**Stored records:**
▬▬▬

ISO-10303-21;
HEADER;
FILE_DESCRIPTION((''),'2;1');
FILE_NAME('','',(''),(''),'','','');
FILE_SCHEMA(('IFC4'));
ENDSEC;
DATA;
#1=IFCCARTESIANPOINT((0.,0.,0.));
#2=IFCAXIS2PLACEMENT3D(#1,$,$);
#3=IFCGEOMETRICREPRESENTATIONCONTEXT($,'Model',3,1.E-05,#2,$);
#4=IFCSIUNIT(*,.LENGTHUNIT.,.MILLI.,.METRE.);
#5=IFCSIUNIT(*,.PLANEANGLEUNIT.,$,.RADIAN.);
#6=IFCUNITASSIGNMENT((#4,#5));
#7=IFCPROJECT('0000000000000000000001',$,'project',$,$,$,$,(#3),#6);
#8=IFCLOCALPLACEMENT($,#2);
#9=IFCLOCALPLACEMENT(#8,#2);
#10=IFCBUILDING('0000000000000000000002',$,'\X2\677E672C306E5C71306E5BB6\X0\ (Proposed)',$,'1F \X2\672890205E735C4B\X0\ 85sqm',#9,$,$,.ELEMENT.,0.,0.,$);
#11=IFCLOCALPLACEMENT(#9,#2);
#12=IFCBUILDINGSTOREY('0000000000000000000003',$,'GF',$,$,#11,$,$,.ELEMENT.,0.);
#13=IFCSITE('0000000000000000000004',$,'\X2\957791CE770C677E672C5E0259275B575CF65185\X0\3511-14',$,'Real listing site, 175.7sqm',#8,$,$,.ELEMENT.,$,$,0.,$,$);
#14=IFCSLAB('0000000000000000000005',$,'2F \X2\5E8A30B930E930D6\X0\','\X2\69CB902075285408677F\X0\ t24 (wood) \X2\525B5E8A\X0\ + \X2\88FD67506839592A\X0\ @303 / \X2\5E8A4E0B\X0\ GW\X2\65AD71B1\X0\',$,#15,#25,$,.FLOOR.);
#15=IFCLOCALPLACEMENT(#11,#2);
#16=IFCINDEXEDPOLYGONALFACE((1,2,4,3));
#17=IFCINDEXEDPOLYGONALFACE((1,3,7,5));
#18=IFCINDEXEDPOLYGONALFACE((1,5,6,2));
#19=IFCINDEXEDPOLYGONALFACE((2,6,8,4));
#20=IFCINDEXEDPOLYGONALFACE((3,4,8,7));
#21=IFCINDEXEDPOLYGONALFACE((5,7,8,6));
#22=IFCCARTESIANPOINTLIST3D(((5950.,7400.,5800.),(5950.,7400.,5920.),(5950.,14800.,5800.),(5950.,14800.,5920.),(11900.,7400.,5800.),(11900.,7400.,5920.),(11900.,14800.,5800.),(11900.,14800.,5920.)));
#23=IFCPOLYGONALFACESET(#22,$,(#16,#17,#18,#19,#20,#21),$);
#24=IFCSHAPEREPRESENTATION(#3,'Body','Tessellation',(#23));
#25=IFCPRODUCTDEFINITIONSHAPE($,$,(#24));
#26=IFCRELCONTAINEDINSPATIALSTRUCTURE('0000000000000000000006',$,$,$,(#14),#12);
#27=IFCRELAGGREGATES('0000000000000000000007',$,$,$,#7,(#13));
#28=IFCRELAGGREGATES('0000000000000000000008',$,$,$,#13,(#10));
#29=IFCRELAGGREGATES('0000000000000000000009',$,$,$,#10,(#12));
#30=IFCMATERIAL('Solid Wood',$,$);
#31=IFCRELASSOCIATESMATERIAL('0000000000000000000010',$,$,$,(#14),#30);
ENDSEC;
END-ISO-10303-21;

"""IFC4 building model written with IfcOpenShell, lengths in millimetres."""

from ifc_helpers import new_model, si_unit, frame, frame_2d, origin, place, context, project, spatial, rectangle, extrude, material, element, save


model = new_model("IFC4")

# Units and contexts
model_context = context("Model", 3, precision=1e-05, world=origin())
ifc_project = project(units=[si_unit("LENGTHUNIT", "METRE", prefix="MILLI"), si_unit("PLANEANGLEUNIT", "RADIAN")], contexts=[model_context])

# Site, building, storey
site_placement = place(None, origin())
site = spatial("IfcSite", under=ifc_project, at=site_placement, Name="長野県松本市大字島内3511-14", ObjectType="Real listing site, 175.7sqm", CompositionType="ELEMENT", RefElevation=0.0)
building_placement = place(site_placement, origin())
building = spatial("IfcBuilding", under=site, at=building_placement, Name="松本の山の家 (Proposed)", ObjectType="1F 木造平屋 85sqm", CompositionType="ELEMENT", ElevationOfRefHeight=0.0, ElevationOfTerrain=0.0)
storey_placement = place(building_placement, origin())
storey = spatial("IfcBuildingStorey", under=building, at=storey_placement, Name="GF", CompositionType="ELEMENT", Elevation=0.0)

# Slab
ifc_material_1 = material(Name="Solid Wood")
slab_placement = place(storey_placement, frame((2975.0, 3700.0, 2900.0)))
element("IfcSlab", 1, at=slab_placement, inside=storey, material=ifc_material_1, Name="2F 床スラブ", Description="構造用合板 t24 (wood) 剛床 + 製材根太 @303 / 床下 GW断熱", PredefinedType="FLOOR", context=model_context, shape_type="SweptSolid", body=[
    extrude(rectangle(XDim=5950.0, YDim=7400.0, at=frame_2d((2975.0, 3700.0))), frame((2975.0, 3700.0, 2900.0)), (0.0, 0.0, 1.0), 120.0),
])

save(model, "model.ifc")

▬▬▬

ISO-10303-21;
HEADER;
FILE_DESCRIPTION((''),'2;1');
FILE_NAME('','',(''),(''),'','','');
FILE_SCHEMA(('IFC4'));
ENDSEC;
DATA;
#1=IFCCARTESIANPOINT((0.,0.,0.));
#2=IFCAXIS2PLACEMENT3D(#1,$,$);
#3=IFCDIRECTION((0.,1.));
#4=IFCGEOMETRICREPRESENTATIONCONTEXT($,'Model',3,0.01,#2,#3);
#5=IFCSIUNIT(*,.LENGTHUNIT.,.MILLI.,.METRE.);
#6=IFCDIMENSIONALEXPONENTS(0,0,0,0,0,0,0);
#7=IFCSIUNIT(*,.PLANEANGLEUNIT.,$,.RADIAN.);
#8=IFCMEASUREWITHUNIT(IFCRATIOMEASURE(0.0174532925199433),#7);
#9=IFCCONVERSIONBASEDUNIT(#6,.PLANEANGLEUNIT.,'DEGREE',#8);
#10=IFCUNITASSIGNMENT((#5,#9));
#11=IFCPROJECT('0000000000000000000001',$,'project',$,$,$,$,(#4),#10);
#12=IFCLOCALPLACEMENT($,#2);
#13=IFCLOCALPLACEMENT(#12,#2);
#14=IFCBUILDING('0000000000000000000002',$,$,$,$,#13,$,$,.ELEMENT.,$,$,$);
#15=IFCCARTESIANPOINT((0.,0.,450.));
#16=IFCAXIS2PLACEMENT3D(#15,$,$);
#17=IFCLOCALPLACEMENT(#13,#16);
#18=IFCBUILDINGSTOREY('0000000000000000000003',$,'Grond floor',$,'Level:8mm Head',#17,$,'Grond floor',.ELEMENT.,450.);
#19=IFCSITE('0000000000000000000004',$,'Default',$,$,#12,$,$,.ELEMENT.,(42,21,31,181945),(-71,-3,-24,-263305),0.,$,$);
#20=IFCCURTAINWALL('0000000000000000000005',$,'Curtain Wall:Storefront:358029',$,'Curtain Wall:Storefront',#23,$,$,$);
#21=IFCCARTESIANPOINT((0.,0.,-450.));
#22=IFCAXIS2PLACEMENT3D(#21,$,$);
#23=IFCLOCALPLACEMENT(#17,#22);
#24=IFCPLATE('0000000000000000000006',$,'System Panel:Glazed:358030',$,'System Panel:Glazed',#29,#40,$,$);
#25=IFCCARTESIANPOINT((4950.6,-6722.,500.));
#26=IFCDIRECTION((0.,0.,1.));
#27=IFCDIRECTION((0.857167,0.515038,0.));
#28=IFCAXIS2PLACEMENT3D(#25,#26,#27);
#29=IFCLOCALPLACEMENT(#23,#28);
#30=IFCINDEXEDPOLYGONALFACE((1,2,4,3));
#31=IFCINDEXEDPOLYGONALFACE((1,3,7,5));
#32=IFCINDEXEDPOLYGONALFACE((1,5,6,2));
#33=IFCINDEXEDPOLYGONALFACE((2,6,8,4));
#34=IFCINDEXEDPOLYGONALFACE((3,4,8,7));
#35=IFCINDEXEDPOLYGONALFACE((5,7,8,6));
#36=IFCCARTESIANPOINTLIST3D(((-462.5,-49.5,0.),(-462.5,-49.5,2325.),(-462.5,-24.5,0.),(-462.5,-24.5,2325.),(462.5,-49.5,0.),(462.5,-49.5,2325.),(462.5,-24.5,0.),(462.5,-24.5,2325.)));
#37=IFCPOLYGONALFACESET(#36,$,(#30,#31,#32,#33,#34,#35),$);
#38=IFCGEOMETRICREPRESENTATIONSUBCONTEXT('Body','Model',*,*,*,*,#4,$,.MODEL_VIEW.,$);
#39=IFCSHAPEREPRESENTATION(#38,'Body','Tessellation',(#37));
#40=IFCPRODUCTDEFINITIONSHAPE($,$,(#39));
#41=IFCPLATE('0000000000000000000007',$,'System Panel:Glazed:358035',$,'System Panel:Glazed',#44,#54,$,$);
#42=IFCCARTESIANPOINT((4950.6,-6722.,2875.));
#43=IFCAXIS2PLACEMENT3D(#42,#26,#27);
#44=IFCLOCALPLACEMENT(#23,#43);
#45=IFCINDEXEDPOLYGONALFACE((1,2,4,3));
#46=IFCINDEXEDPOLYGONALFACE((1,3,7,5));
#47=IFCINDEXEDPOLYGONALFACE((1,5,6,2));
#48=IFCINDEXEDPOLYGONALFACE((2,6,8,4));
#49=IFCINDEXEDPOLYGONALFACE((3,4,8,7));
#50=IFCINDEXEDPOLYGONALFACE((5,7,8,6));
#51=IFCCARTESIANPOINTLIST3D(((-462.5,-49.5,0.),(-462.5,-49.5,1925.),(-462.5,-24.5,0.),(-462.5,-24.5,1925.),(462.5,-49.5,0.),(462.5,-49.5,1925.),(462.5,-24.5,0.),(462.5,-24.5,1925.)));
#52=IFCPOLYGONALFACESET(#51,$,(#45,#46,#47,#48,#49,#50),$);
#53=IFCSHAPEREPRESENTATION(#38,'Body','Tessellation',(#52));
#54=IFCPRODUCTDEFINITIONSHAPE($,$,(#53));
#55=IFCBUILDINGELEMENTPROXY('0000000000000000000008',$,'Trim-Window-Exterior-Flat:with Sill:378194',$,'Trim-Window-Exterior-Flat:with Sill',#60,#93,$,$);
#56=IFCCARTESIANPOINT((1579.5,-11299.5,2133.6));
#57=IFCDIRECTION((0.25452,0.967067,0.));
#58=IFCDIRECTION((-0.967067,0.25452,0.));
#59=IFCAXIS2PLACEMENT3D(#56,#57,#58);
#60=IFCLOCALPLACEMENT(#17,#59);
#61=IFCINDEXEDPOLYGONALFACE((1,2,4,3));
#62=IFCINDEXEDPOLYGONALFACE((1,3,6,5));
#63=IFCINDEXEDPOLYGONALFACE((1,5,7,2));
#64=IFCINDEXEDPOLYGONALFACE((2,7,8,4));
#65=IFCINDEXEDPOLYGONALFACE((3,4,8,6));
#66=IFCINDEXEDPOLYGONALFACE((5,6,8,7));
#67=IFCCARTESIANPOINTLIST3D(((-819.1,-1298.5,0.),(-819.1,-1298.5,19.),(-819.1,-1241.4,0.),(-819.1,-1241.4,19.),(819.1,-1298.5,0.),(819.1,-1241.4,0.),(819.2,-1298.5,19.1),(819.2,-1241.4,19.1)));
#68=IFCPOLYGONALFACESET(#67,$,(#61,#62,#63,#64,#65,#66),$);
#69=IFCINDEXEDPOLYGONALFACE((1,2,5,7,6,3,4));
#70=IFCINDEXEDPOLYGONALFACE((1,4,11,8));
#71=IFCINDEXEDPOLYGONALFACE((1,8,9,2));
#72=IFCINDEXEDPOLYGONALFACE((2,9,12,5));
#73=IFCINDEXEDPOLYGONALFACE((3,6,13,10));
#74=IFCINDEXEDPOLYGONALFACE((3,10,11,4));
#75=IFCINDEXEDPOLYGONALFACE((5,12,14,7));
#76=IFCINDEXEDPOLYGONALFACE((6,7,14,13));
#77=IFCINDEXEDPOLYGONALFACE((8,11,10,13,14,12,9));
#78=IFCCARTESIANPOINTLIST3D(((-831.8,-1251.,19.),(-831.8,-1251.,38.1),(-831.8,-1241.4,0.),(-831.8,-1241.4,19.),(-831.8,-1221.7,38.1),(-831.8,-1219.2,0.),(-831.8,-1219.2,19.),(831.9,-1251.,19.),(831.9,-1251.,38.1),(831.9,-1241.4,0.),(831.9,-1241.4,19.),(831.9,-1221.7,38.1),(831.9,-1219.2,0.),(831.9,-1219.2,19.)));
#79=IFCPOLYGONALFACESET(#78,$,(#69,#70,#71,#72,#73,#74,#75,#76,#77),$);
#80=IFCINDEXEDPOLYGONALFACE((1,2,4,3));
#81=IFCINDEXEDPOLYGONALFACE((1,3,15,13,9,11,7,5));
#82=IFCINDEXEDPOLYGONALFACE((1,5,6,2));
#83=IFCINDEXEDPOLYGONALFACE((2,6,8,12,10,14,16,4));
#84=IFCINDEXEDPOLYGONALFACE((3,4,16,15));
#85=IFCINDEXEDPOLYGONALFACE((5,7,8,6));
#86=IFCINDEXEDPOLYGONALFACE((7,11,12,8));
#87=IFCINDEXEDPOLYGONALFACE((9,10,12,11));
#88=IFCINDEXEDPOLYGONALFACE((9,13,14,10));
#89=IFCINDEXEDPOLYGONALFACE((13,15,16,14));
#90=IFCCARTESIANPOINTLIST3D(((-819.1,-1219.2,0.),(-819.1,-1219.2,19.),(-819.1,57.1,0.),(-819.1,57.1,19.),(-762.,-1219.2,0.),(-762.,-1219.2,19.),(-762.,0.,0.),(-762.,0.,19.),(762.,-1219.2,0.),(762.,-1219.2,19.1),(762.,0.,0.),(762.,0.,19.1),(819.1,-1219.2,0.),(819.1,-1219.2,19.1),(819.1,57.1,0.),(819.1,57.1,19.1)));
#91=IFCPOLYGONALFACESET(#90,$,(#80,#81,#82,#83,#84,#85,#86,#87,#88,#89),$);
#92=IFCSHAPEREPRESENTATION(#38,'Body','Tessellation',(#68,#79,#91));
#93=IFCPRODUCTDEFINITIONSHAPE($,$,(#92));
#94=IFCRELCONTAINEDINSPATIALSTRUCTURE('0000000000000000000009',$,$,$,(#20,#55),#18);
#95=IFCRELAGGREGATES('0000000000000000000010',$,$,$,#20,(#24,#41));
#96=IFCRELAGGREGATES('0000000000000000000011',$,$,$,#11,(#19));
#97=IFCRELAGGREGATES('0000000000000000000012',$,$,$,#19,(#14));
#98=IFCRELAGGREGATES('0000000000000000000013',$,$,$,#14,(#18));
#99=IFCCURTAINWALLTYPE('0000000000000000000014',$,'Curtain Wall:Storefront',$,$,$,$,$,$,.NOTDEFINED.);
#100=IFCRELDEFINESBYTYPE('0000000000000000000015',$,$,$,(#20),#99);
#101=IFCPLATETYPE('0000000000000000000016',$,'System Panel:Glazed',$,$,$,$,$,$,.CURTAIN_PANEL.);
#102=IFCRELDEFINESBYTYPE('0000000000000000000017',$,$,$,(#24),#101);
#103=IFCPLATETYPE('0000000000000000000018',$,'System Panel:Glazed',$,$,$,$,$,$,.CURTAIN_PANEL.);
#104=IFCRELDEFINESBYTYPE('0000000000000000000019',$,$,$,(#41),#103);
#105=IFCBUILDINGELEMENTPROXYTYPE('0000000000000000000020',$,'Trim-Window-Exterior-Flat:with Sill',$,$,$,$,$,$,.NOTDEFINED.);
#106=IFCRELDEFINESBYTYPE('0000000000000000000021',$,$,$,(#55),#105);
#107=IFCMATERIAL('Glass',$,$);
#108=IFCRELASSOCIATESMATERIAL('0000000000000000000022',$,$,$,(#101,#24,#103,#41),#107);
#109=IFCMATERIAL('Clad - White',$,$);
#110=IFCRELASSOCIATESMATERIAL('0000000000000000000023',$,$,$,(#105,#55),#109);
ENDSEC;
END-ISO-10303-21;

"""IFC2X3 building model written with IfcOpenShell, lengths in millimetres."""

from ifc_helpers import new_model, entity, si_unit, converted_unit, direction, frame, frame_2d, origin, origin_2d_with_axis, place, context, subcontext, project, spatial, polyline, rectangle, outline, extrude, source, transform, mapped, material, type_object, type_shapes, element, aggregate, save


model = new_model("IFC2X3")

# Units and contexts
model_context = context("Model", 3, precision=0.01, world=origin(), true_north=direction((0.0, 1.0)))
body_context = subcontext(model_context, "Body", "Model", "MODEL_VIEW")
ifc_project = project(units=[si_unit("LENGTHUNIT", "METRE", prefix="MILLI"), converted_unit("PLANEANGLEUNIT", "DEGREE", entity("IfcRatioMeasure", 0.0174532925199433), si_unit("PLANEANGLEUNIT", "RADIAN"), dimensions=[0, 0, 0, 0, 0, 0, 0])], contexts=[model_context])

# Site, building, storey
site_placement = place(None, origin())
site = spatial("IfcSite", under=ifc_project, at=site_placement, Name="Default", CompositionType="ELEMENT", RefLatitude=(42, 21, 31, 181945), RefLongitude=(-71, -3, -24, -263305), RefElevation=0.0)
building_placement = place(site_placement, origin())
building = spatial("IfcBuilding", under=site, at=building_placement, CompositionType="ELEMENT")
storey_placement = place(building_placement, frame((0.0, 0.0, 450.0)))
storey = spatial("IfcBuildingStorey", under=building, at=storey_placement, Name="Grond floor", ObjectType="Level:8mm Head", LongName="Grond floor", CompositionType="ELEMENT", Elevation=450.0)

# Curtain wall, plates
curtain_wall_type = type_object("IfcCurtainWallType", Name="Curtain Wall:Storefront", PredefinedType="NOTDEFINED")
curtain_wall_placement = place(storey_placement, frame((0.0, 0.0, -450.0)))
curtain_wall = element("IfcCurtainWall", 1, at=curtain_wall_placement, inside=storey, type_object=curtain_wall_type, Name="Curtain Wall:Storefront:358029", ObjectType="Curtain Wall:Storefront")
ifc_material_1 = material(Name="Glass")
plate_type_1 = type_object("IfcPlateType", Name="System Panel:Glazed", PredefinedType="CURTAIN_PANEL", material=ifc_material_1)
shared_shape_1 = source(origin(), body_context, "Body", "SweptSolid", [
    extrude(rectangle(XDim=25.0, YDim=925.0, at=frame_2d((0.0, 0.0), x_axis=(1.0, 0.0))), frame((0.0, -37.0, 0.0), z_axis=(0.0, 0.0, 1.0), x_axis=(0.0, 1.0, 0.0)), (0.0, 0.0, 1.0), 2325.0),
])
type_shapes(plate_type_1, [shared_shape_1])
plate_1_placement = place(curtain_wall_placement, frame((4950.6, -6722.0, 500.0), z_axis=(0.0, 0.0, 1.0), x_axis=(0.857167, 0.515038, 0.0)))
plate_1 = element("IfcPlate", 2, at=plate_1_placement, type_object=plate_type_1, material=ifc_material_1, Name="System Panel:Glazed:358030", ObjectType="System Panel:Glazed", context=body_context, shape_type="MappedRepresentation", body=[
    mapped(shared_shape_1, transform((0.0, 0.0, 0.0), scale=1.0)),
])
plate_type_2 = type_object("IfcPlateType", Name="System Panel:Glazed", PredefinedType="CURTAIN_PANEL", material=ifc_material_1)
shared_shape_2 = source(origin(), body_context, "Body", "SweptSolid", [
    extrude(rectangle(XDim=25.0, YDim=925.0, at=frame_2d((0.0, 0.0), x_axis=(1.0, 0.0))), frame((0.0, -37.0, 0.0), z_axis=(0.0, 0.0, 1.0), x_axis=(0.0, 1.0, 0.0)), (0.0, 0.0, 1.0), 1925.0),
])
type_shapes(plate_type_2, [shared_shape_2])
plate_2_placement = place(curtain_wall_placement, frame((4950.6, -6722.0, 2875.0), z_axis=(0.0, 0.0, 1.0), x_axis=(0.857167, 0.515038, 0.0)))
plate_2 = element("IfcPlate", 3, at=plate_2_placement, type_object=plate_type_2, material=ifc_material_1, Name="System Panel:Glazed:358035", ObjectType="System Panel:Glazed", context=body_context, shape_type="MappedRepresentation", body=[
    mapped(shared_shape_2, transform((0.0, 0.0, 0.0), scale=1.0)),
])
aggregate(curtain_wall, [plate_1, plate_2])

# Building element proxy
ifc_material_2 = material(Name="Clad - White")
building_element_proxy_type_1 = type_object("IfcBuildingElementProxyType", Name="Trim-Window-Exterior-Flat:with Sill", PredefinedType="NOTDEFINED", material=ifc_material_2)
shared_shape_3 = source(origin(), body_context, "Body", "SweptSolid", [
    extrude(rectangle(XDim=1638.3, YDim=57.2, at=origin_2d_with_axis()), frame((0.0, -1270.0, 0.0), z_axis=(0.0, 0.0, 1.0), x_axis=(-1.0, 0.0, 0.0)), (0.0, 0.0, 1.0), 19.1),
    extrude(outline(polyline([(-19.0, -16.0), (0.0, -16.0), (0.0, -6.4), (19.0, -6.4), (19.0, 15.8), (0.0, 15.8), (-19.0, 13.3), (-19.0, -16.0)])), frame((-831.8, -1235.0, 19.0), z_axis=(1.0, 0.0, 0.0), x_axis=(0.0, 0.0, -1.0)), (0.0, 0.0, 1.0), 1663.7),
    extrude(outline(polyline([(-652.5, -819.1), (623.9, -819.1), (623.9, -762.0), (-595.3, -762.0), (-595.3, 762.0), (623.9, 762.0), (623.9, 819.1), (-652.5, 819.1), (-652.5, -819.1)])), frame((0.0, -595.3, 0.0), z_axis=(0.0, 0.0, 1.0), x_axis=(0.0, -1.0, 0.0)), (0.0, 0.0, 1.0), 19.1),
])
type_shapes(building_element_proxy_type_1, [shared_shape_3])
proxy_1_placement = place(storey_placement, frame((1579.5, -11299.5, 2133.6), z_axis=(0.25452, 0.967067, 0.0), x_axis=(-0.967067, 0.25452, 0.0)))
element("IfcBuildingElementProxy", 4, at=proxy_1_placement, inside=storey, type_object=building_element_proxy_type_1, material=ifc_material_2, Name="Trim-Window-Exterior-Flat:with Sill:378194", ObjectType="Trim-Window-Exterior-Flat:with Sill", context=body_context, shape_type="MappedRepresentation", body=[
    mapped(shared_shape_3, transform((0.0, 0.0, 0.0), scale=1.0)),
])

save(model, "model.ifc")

▬▬▬

**What to work on:**
For this task, write out exactly the lines of the entries above, starting at the line with "#5=IFCSIUNIT(*,.PLANEANGLEUNIT.,$,.RADIAN.);" and ending at the line with "#9=IFCLOCALPLACEMENT(#8,#2);", both included, and no others.

**Output of the task:**
#5=IFCSIUNIT(*,.PLANEANGLEUNIT.,$,.RADIAN.);
#6=IFCUNITASSIGNMENT((#4,#5));
#7=IFCPROJECT('0000000000000000000001',$,'project',$,$,$,$,(#3),#6);
#8=IFCLOCALPLACEMENT($,#2);
#9=IFCLOCALPLACEMENT(#8,#2);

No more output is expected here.